Agreed, admittedly I've got no idea if there's cgo bits that might interfere with this, but the naive approach is to lift signalCh to the start of Run and modify handleSignals()
to take the chan as an arg:
func (c *Command) handleSignals(signalCh <-chan os.Signal) int {
WAIT:
// use signalCh as normal...
}
Also not sure if handleSignals()
is used elsewhere, but I doubt it, given its infinite loop properties
This may also be a symptom of an XY problem. It seems like the use-case for this is to be able to load short lived TLS certificates, and short-lived Vault tokens.
Would it be simpler to simply detect updates to the tls cert/key file contents and allow for a vault_token_file option where Nomad can load and watch for changes in the Vault token as generated by Vault agent sink.
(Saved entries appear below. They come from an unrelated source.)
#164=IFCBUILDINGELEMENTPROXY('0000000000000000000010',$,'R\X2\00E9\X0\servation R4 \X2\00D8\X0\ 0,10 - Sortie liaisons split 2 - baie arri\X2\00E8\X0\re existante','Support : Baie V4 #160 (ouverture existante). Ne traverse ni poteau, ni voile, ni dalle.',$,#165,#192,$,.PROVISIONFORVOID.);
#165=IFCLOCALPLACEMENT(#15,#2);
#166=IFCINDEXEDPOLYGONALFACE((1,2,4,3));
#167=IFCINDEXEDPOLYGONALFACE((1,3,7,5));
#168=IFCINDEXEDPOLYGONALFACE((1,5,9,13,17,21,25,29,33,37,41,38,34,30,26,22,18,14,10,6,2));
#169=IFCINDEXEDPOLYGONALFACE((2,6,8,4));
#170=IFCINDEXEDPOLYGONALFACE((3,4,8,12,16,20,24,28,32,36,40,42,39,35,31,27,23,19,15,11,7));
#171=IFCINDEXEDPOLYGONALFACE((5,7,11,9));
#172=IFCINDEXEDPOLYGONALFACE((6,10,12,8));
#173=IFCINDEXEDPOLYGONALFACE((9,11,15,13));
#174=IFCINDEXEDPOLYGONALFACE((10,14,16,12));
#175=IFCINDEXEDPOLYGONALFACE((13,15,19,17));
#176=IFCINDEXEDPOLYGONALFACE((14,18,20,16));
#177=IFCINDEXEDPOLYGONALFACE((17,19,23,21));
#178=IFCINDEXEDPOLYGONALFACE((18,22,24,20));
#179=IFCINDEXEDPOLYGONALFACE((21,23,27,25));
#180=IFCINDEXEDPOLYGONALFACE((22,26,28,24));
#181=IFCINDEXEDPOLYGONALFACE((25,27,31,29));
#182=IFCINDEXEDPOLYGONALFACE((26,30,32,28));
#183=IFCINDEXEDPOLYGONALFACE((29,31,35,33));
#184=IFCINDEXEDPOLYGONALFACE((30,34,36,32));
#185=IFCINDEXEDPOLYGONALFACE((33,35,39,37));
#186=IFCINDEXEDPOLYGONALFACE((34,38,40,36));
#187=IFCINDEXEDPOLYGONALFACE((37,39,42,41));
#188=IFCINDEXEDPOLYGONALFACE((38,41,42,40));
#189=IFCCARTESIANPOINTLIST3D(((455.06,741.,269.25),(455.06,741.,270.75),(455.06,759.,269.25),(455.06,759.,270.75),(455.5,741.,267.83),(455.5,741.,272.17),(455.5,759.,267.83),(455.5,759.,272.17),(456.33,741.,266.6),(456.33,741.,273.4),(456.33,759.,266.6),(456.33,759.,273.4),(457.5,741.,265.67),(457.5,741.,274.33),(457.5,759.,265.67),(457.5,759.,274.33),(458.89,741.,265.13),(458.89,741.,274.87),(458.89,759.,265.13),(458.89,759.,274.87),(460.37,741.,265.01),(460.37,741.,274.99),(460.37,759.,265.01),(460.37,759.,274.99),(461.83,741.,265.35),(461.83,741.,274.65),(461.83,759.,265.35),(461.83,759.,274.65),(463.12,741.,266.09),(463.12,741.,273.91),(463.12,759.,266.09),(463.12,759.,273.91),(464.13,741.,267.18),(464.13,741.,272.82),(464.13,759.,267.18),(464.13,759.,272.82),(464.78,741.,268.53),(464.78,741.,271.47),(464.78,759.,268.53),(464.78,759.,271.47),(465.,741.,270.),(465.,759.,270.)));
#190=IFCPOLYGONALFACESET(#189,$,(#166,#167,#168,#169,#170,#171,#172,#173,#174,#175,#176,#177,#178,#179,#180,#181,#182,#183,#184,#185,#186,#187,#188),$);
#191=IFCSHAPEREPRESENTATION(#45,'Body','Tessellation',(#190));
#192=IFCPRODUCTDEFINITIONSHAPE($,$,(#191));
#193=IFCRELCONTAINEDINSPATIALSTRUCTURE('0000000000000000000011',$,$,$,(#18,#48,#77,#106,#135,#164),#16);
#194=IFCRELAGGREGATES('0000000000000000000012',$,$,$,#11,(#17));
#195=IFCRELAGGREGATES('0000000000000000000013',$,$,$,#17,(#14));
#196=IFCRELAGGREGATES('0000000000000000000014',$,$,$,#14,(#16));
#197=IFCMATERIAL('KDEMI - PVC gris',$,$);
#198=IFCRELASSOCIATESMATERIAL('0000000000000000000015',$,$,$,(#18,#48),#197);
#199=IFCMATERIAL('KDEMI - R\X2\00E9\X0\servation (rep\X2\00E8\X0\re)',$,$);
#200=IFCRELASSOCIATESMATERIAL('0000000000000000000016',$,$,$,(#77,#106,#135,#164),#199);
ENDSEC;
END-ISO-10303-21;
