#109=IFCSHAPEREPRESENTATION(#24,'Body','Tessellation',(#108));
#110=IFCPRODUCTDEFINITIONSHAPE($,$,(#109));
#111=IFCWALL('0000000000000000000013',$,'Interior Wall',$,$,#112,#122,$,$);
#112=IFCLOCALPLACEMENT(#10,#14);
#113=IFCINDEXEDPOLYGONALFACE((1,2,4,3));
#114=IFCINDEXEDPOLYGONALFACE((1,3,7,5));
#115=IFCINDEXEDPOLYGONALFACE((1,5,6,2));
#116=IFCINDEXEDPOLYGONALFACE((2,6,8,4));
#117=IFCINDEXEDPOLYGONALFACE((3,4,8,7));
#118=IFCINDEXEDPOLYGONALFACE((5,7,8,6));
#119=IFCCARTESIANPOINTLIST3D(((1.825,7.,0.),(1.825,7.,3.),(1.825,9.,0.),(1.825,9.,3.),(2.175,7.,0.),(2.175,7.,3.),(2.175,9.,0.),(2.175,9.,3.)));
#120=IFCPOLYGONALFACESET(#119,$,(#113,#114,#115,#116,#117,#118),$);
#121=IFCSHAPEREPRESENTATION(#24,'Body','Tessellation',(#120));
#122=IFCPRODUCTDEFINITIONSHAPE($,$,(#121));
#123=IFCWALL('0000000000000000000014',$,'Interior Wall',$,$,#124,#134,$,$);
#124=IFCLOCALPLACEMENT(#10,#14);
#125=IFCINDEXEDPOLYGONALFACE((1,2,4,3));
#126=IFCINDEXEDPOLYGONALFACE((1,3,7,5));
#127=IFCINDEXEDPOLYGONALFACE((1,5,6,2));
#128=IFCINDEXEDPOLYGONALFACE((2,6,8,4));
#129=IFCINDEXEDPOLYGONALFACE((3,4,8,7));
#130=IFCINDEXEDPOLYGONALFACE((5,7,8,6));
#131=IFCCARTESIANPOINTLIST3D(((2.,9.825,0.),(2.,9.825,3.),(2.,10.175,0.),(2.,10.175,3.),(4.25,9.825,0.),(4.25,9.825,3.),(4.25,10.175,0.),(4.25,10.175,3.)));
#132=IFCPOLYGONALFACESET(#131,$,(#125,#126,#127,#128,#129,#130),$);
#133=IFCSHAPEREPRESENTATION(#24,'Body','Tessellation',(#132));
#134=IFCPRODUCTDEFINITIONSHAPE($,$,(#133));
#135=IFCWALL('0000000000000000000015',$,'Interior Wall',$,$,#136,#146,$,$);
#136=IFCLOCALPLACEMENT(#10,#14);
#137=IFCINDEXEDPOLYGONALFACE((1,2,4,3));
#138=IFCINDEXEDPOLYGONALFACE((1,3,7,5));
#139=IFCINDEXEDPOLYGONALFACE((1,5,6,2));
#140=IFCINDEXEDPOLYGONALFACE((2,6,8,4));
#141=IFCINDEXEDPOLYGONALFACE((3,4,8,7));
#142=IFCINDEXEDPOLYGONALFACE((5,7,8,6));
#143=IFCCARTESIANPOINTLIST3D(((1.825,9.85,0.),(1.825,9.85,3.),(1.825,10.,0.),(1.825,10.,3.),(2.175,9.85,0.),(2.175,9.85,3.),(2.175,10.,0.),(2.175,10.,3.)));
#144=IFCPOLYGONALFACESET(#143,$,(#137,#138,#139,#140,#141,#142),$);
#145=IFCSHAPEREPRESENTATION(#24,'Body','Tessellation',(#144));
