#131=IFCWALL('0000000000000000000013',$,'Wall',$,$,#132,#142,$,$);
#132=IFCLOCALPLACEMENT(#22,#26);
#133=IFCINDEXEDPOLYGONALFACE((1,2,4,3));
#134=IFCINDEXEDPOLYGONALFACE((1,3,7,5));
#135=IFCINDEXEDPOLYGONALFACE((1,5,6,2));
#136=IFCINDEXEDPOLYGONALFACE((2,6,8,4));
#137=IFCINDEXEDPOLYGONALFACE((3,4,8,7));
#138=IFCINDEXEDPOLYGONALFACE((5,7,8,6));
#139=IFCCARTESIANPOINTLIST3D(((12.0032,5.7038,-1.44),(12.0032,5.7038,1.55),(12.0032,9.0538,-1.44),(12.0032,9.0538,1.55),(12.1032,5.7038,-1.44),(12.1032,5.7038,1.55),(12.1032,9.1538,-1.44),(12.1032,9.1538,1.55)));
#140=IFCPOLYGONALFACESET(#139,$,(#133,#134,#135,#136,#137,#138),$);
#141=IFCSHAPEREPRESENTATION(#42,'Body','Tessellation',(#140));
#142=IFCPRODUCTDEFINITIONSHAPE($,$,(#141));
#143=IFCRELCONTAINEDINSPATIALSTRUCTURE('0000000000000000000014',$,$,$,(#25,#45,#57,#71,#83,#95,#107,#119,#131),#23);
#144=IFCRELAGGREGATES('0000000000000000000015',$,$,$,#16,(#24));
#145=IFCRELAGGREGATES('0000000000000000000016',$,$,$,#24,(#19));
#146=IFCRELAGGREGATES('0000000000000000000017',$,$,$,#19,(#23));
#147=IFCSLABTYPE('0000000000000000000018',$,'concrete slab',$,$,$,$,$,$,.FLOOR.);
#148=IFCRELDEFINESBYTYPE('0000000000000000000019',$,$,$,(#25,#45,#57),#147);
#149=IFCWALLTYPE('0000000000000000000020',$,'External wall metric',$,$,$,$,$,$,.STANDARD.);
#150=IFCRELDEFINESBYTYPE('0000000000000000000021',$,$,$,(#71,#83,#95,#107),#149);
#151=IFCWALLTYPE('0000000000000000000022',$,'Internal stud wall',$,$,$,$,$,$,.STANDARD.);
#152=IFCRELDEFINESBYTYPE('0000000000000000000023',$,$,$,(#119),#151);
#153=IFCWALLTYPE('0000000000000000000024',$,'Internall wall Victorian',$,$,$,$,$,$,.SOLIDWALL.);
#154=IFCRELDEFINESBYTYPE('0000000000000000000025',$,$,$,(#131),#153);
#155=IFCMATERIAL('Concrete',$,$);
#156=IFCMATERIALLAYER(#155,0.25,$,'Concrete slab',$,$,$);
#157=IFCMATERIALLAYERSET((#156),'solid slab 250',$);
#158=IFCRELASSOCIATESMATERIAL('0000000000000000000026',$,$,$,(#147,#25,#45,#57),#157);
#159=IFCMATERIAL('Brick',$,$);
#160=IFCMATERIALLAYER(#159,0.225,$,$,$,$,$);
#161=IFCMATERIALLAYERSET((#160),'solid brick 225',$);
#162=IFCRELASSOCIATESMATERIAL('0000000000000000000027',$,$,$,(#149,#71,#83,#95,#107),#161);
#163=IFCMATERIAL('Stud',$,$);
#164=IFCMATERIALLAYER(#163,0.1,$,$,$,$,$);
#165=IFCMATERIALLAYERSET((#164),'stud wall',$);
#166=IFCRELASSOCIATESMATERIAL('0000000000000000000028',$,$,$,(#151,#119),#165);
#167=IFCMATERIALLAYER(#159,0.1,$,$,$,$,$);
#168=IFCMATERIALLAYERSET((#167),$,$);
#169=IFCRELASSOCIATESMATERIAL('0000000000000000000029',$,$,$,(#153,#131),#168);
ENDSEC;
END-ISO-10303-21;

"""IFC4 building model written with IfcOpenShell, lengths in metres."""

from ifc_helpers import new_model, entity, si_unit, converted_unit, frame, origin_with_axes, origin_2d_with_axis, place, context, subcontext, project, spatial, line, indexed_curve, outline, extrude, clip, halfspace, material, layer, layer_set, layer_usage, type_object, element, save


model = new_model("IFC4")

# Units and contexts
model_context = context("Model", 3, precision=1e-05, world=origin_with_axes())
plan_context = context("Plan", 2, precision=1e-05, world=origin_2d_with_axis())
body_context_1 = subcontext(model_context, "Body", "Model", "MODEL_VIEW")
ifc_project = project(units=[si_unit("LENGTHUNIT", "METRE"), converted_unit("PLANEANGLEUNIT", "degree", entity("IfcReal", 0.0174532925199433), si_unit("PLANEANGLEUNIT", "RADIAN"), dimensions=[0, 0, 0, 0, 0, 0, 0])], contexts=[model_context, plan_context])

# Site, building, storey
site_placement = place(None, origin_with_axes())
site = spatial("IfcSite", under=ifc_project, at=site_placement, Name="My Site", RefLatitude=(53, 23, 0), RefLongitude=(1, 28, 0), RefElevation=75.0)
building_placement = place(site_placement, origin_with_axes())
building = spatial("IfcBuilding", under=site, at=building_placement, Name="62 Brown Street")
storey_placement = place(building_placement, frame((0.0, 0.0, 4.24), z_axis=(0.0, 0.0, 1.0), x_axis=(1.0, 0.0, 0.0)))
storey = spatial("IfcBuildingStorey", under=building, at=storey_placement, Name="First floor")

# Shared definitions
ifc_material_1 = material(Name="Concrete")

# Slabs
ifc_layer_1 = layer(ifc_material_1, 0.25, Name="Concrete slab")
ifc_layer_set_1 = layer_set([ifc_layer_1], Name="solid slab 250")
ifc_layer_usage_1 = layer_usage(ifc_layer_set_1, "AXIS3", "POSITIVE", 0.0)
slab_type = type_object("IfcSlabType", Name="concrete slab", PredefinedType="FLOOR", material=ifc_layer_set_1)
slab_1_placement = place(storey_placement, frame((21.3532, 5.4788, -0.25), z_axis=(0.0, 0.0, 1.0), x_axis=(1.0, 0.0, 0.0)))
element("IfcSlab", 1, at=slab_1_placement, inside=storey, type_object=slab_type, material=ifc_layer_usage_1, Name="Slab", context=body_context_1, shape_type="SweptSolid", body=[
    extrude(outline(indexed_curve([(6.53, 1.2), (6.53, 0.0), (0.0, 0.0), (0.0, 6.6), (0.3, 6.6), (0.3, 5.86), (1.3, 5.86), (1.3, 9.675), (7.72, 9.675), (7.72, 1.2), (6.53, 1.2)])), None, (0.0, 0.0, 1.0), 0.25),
This would solve the actual problem of "It's hard to use HashiCorp Nomad with secrets issued from HashiCorp Vault" which when you say it out aloud seems a little silly being they're both HashiCorp products without having to solve the general case of "reload any pieces of config dynamically super early in Nomads startup".
@tgross Is this a similar issue to what is solved by using systemd notify in consul here?
@ahjohannessen arguably that would help (and we have that open in https://github.com/hashicorp/nomad/issues/4466) inasmuch as it would reduce the risk that users send the signal prematurely. That only helps Linux users on systemd-based distros, which admittedly is a large majority of our production install base. But we'd still need to mask signals up to the point of notification to make it actually safe in totally avoiding this problem.
@tgross I understand. Reason this has my interest is only because I use short lived TLS certificates from Vault with consul-template that causes Nomad to stop while starting up because of systemd reload.
Just bumping to say that this is still an issue when using consul-template or vault-agent to template nomad credentials and reloading like advised in official docs e.g. here: https://developer.hashicorp.com/nomad/tutorials/integrate-vault/vault-pki-nomad
Nomad 1.8.0 will ship support for the systemd notify protocol.
@tgross found this issue because have the same case described here. what's about docs? i think it's really confusing now that is not described in official docs when you setup mtls via consul-template: https://developer.hashicorp.com/nomad/tutorials/integrate-vault/vault-pki-nomad
it's also not described when you setup your own binary based nomad installation: https://developer.hashicorp.com/nomad/tutorials/enterprise/production-deployment-guide-vm-with-consul#configure-systemd
It took me and you many hours of debugging, so let's make it so that people don't have to deal with this anymore!